The pro-ban forces have packaged their message in the rhetoric of workers’ rights. It’s an effective strategy, one that draws on the insights of smoking-ban pioneer Stanton Glantz. At a 1986 conference of antismoking activists, Glantz advised that “the issue should be framed in the rhetoric of the environment, toxic chemicals, and public health rather than the rhetoric of saving smokers from themselves.” Yet “saving smokers from themselves” is a key goal of the banners. David Satcher, the former surgeon general, echoed this theme in his testimony before the D.C. City Council the last time a smoking ban was on the table, arguing that the ban would “be effective in creating a new social norm that discourages people from smoking.” Indeed, at Tuesday’s hearing, a common theme sounded by many of the ban’s proponents was that forbidding public smoking would benefit smokers by making it inconvenient for them to indulge.
If the banners get their way, what will be their next step in the quest to socially engineer smoking out of existence?

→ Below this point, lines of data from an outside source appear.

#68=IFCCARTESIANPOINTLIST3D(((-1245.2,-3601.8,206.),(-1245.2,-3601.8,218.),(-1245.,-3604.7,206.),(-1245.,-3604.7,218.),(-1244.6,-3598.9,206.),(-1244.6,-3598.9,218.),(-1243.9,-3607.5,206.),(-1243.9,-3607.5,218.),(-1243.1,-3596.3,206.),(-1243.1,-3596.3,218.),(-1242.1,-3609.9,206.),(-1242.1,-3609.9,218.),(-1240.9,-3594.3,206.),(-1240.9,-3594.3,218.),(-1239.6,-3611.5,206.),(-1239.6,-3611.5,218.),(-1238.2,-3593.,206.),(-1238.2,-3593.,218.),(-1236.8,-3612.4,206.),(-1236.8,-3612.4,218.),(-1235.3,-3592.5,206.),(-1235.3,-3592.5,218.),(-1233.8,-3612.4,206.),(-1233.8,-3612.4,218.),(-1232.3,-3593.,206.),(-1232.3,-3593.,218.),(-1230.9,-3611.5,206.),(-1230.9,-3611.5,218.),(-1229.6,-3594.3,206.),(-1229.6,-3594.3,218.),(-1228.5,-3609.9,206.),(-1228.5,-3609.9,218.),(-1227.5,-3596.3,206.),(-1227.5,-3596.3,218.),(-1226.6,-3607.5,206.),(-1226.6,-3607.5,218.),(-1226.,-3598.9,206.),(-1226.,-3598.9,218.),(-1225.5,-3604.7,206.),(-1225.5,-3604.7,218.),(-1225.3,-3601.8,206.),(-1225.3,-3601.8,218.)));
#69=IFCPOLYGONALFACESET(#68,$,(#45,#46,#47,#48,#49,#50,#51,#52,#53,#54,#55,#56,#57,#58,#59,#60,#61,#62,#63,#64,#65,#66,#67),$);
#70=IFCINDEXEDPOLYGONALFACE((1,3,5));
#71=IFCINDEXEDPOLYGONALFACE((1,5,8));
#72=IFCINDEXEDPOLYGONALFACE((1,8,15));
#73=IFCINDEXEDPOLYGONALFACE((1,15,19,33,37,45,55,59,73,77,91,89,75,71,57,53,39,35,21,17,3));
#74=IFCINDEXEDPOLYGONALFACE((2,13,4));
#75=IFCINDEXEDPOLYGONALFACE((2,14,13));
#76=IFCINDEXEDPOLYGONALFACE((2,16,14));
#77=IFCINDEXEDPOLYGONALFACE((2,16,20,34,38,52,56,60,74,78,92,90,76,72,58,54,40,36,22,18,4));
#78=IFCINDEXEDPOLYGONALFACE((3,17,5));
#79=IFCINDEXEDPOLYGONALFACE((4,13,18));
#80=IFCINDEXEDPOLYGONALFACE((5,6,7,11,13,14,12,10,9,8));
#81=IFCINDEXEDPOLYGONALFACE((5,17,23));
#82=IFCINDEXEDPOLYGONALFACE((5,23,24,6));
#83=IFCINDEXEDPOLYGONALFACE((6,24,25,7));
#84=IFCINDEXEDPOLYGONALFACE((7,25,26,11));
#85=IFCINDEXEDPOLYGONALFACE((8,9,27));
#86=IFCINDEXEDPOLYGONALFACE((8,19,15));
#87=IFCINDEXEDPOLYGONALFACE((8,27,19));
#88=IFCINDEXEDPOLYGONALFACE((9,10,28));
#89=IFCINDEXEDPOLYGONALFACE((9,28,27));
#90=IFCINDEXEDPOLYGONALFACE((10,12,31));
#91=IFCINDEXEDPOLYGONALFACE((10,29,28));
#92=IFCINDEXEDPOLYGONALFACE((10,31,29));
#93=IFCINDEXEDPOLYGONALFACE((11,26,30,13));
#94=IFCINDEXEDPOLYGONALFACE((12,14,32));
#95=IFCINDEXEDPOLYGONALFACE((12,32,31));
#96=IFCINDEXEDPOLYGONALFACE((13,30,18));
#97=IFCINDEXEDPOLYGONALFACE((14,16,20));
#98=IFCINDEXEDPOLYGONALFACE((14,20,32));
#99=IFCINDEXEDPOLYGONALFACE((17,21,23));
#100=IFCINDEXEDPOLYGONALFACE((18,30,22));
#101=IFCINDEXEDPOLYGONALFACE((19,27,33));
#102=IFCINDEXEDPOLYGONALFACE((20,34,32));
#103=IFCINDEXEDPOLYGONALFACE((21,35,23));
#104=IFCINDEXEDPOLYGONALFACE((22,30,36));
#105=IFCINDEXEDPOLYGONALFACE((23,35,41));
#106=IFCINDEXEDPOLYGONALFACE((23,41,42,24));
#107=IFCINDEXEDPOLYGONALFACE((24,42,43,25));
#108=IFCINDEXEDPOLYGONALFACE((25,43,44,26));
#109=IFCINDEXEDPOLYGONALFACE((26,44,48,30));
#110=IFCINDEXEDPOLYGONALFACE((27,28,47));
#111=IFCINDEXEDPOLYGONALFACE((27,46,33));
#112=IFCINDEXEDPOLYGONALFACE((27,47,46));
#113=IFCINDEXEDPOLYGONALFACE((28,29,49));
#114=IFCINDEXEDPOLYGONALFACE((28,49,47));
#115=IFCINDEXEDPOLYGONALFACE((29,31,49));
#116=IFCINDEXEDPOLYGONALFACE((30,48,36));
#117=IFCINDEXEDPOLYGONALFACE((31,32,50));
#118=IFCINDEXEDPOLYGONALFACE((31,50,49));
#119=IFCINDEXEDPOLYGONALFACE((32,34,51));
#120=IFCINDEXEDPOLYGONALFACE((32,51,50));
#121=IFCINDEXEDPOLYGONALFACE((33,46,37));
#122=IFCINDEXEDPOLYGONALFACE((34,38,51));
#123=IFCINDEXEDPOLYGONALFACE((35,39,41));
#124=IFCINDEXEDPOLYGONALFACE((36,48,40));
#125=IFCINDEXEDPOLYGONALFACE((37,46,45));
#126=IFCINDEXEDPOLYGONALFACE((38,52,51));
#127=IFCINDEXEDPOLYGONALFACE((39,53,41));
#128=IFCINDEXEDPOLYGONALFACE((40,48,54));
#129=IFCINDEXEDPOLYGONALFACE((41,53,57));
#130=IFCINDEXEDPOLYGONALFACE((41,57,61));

California, so often the first state to reach new frontiers in silly public policy, was an early adopter of smoking bans, and it shows the direction the pro-ban forces may take us. After driving smokers out of bars, anti-smoking activists there have sought, with considerable success, to drive them off the beaches, the sidewalks, and other outdoor public spaces. San Francisco city officials, having recently banned smoking in all public parks, moved in March to ban chewing tobacco at all city athletic fields (is the concern there “secondhand spit”?). Golden State antismoking activists have recently turned their attention to restricting smoking on private property. Last year, a bill to ban smoking in the family car when children are present nearly passed the California State Assembly, failing by only five votes.

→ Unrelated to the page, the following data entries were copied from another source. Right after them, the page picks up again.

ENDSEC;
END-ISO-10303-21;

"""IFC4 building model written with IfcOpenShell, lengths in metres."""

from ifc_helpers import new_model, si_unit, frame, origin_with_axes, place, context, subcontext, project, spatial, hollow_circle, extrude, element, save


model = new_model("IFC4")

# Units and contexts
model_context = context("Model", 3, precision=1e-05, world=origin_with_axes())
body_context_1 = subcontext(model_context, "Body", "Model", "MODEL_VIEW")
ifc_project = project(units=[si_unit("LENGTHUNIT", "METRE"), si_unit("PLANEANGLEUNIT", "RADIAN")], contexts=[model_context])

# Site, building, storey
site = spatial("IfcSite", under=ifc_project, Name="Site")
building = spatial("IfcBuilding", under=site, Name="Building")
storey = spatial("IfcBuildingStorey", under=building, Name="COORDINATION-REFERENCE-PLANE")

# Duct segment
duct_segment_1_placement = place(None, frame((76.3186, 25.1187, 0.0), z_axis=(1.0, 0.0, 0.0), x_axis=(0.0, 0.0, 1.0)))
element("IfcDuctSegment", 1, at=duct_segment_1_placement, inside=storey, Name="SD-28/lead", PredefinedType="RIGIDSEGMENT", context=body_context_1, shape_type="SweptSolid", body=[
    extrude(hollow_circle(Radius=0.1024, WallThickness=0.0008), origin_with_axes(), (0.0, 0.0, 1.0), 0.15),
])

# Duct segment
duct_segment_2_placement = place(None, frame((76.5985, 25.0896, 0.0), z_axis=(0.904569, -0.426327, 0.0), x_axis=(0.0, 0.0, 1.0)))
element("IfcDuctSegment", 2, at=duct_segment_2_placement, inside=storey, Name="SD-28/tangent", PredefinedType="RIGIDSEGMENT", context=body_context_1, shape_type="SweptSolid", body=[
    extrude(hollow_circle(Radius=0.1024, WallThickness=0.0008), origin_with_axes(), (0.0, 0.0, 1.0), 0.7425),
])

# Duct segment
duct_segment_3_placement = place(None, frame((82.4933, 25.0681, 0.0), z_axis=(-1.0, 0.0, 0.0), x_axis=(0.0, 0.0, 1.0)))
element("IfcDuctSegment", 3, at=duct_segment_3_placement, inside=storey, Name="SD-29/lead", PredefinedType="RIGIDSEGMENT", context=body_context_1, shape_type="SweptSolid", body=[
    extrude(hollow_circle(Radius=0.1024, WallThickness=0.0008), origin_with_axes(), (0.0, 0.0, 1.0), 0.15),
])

No one should be under any illusions that the forces pushing for a D.C. smoking ban will be satisfied if and when they stamp out smoking in bars. Action on Smoking and Health (ASH), an influential anti-smoking group led by George Washington University Law Professor John Banzhaf, urges legal action to ban smoking in condominiums and apartment buildings. ASH’s website screams “if you can smell it, it may be killing you!” Local activist Eric Marshall, spokesperson for the American Lung Association group BreatheEasyDC, points to California’s innovations and notes ominously that “Smoking outside of workplaces is a concern for many Washingtonians.” (“You there — behind the dumpster: drop it, and back away slowly!”)
There’s even some precedent closer to home for such a measure. In December 2000, just north of the District, Friendship Heights banned smoking on the sidewalk and any other outdoor public place. (That ban fell a year later to a legal challenge on technical grounds that do not apply to D.C.) Last week at a town hall meeting held by Councilman Jim Graham, somebody raised the very good question of what to do when noise complaints skyrocket because every smoker up and down U Street is forced out on the sidewalk. And the answer? Crack down with anti-loitering laws.
One wonders if this is really the sort of thing police should be focusing on in the on-again, off-again murder capital of the United States. But the idea that the police should focus solely on protecting us from crime is one that many have come to think of as archaic. The new view is that it’s also law enforcement’s job to protect us from our own bad habits. In a 2003 sting operation, Fairfax, Virginia police officers entered 20 bars, administered breathalyzer tests, and arrested nine patrons for intoxication. Fairfax police Chief J. Thomas Manger declaimed: “Public intoxication is against the law. You can’t be drunk in a bar.”
And two weeks ago, using night-vision equipment on loan from the National Guard, Maryland state troopers swept out and nabbed 111 offenders for the crime of driving without a seatbelt. Scores of people who were driving along, minding their own business, had their evening ruined by an unpleasant encounter with the business end of the law. Welcome to the era of jackbooted nags.
The D.C. smoking ban is only the latest example of this trend. More and more public officials are warming up to the idea that the full force of the state should be brought down on people making unhealthy choices. You may not like the smell of secondhand smoke, but what’s truly suffocating is a government that’s gone from protecting us from criminals to protecting us from ourselves.